Apart from its functionality in skill transmission between individuals, imitation has a social dimension in that it allows individuals to become part of a social community. In related research on imitation in robotics, Steels and Kaplan [20] argued that social learning can play a crucial role in initiating a humanoid robot into a linguistic culture. They used methods such as open-ended dialogue among humans and robots in which social learning can be embedded. Beals and Steels [5] claimed that grammatical agreement systems have an important functionality in the emergence of language in groups of social agents. They presented agent-based models to explain how and why grammatical agreement systems emerge and get culturally transmitted by social interactions. They presented a set of language games in which two agents agree on the semantics and syntax of the vocabulary that identify the objects in their shared environment. Billard [6] claimed that imitation can be used to enhance autonomous robots' learning of communication skills. The sharing of a similar perceptual context between the imitator and the demonstrator can create the necessary social context where language can develop. Billard devised experiments in which robots were able to learn a protolanguage by using imitation to match their environmental perceptions with the observed actions. Alissandrakis et al. [3] developed the alice architecture to address the problems of imitation between agents with dissimilar embodiments. They examined the rules of synchronization, looseness of perceptual matching, and proprioceptive matching in a series of experiments in which simulated robotic arms with variably sized and numbered joints tried to imitate each other. Alissandrakis et al. showed that patterns can be transmitted between robotic arms and variations occur during imitation because of the heterogeneities between the arms. They proposed that these variations might provide the evolutionary substrate for an artificial culture, as new behavioral patterns may emerge and be transferred between robots.

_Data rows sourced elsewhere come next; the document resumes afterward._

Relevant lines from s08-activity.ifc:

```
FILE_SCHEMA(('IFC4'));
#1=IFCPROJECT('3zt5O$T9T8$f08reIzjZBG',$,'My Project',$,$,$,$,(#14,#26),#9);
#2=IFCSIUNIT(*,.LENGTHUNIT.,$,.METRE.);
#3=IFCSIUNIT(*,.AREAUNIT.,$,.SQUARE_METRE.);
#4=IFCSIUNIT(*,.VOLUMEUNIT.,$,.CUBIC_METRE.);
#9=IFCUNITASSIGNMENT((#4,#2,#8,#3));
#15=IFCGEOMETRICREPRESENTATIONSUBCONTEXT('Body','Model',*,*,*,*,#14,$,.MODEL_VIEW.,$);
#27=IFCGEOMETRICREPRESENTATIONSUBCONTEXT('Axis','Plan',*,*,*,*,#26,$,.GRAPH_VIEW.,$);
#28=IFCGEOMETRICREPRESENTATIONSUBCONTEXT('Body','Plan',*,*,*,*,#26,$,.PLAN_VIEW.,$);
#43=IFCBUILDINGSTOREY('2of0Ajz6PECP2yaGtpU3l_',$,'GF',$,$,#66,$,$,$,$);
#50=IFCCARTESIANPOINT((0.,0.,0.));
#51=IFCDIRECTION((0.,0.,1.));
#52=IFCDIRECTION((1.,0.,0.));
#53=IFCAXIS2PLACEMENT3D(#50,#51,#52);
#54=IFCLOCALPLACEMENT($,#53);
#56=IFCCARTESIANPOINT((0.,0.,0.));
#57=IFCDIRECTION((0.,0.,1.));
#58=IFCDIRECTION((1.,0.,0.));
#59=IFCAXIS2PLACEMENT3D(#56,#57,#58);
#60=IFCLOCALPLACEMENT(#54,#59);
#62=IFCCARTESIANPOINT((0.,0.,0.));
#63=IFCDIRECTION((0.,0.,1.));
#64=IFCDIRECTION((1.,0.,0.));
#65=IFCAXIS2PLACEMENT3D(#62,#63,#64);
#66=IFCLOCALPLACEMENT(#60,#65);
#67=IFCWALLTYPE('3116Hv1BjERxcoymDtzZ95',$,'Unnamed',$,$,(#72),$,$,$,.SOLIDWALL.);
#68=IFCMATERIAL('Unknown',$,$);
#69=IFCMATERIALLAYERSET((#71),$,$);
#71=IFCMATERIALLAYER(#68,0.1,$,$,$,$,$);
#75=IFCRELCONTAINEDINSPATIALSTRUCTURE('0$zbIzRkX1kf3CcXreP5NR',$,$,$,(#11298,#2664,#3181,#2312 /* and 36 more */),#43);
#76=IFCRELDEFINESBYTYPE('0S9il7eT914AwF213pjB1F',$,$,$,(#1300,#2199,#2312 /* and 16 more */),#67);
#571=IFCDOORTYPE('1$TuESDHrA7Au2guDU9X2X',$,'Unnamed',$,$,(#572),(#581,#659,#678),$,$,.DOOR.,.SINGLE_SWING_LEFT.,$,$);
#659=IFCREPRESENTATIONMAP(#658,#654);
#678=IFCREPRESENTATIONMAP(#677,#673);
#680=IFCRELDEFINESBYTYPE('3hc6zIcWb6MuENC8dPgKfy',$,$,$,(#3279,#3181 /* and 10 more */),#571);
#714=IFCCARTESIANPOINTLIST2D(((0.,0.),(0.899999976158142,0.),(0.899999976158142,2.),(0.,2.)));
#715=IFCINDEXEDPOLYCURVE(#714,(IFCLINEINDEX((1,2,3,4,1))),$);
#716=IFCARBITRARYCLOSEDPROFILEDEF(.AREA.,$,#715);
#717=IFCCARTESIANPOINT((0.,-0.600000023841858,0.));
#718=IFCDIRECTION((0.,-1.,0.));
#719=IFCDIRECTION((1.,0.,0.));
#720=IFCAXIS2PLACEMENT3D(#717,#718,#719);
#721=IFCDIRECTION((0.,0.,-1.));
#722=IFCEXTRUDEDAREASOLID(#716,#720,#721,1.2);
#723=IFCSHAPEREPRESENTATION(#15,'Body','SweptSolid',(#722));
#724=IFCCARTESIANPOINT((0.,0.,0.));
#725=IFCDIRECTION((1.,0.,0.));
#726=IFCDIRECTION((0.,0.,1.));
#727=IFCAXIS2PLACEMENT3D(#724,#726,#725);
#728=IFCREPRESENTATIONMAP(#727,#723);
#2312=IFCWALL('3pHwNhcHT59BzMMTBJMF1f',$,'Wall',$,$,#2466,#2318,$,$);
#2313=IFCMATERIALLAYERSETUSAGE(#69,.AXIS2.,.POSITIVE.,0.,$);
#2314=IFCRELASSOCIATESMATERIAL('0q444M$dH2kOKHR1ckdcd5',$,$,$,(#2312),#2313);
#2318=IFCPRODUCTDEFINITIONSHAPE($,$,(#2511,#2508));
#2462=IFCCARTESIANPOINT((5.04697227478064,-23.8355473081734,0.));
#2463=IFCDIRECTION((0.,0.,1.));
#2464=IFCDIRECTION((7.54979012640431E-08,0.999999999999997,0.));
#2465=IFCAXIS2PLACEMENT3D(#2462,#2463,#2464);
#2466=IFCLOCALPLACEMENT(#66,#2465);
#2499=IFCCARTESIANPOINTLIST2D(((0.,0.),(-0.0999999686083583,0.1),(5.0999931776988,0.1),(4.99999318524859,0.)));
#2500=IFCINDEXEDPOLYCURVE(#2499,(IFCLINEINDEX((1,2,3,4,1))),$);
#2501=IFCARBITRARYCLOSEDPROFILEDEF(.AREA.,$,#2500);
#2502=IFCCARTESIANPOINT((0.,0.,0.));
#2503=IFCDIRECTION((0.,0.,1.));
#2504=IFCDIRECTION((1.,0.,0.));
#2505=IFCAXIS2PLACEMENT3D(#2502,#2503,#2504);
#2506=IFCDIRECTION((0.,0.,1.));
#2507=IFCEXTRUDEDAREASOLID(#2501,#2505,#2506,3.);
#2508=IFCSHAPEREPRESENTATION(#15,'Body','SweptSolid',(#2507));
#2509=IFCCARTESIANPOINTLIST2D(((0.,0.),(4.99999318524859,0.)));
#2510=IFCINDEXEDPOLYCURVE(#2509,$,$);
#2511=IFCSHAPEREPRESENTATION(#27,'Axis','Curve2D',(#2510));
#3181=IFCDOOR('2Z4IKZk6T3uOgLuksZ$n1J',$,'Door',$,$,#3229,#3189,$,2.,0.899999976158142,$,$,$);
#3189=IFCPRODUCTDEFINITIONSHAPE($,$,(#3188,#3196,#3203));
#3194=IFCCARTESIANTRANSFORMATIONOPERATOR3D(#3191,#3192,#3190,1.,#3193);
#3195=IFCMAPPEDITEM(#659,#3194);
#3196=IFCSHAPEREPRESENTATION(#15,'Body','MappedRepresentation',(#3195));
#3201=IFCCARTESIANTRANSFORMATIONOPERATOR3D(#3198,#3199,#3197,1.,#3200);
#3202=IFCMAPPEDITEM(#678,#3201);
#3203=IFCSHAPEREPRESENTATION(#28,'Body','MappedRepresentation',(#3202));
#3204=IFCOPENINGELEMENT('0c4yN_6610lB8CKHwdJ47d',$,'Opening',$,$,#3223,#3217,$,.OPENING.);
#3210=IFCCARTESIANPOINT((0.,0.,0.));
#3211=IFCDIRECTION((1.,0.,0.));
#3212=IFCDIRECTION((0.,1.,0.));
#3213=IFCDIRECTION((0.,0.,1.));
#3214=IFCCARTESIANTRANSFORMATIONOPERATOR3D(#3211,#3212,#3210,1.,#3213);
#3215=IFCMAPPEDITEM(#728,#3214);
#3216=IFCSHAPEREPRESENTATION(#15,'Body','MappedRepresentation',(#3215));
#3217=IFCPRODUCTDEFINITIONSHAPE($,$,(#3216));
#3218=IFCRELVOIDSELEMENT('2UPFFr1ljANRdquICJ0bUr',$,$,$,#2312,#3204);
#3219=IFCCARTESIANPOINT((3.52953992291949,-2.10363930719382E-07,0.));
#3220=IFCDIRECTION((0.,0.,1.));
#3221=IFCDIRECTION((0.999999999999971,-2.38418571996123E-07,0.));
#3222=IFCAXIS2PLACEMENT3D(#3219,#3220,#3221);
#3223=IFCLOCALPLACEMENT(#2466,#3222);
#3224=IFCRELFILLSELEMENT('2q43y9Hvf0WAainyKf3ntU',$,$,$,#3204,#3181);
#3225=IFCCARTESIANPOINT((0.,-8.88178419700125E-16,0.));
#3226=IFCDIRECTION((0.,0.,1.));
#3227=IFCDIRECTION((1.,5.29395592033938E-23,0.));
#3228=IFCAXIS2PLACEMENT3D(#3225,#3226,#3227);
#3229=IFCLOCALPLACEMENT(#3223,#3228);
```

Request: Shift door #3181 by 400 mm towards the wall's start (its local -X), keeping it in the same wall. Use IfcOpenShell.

```python
import ifcopenshell
import ifcopenshell.api.geometry
import ifcopenshell.util.placement

model = ifcopenshell.open("s08-activity.ifc")

door = model.by_guid("2Z4IKZk6T3uOgLuksZ$n1J")
opening = door.FillsVoids[0].RelatingOpeningElement
wall = opening.VoidsElements[0].RelatingBuildingElement

wall_matrix = ifcopenshell.util.placement.get_local_placement(wall.ObjectPlacement)
shift = wall_matrix[:3, 0] * -0.4
before = ifcopenshell.util.placement.get_local_placement(door.ObjectPlacement)[:3, 3].copy()

# The door is placed relative to its opening, so it follows when the opening moves.
matrix = ifcopenshell.util.placement.get_local_placement(opening.ObjectPlacement)
matrix[:3, 3] += shift
ifcopenshell.api.geometry.edit_object_placement(
    model, product=opening, matrix=matrix, is_si=False, should_transform_children=True
)

after = ifcopenshell.util.placement.get_local_placement(door.ObjectPlacement)[:3, 3]
print("door moved by", (after - before).round(3) + 0.0)

model.write("s08-activity-out.ifc")
```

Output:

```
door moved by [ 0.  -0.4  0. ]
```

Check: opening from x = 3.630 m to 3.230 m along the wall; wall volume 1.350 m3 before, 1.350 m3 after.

This article presents experiments in which real robots are used to model imitation between artificial agents. The robots are able to observe and imitate each other's movement patterns using their on-board sensors only; hence the imitation is embodied. We show that—as the robots' sensors and actuators are not perfect—even with a homogeneous group of real robots, variations occur during the imitation process that allow certain behavioral patterns to emerge and evolve during multiple cycles of imitation. These evolved behaviors can then be imitated with higher fidelity, as they are more robust to uncertainties in the real robots' sensors and actuators; the behaviors have adapted to the robots and to the environment of the robot collective. We then investigate the effect of different learned-behavior memory sizes on the relatedness of the population of evolved behaviors across the whole collective.

3 Hardware Setup

The artificial system that is used to model imitation consists of e-puck miniature robots [16]. E-puck robots are 7 cm in diameter and 5 cm in height. They are equipped with two stepper-motor-driven wheels, eight proximity sensors, a CMOS image sensor, an accelerometer, a microphone, a speaker, a ring of LEDs, and a Bluetooth adapter, and—with a Li-ion battery—they have up to 3 hours of autonomy. Importantly, the e-puck robots can sense and track the movement of other robots nearby (albeit imperfectly because of their limited sensors); thus they have the physical apparatus for imitation. Robots can signal to each other with movement and light, one to one or one to many, providing alternative methods for robot-to-robot interaction. Despite these benefits, the original e-puck, with its default microprocessor dsPIC30F6014A, lacks the computational power needed for image processing. To overcome this limitation, the robots are enhanced with a Linux extension board [15] based on the 32-bit ARM9 microcontroller with Debian Linux system installed. The board has a USB extension port, which is used for connecting a wireless network card, and it is equipped with a MicroSD card slot. These additions to the standard e-puck robot have a number of benefits, including increased processing power and increased memory capacity. In addition, Player [12], a cross-platform robot device interface and server, is installed on the Linux extension board. Running on the robot, it provides an interface to the robot's sensors and actuators over the IP network. The high-level control software runs on the Linux extension board and sends necessary commands to the dsPIC, in which a low-level server collects these commands, activates the actuators of the robot if necessary, and sends sensor readings back to the Linux extension board.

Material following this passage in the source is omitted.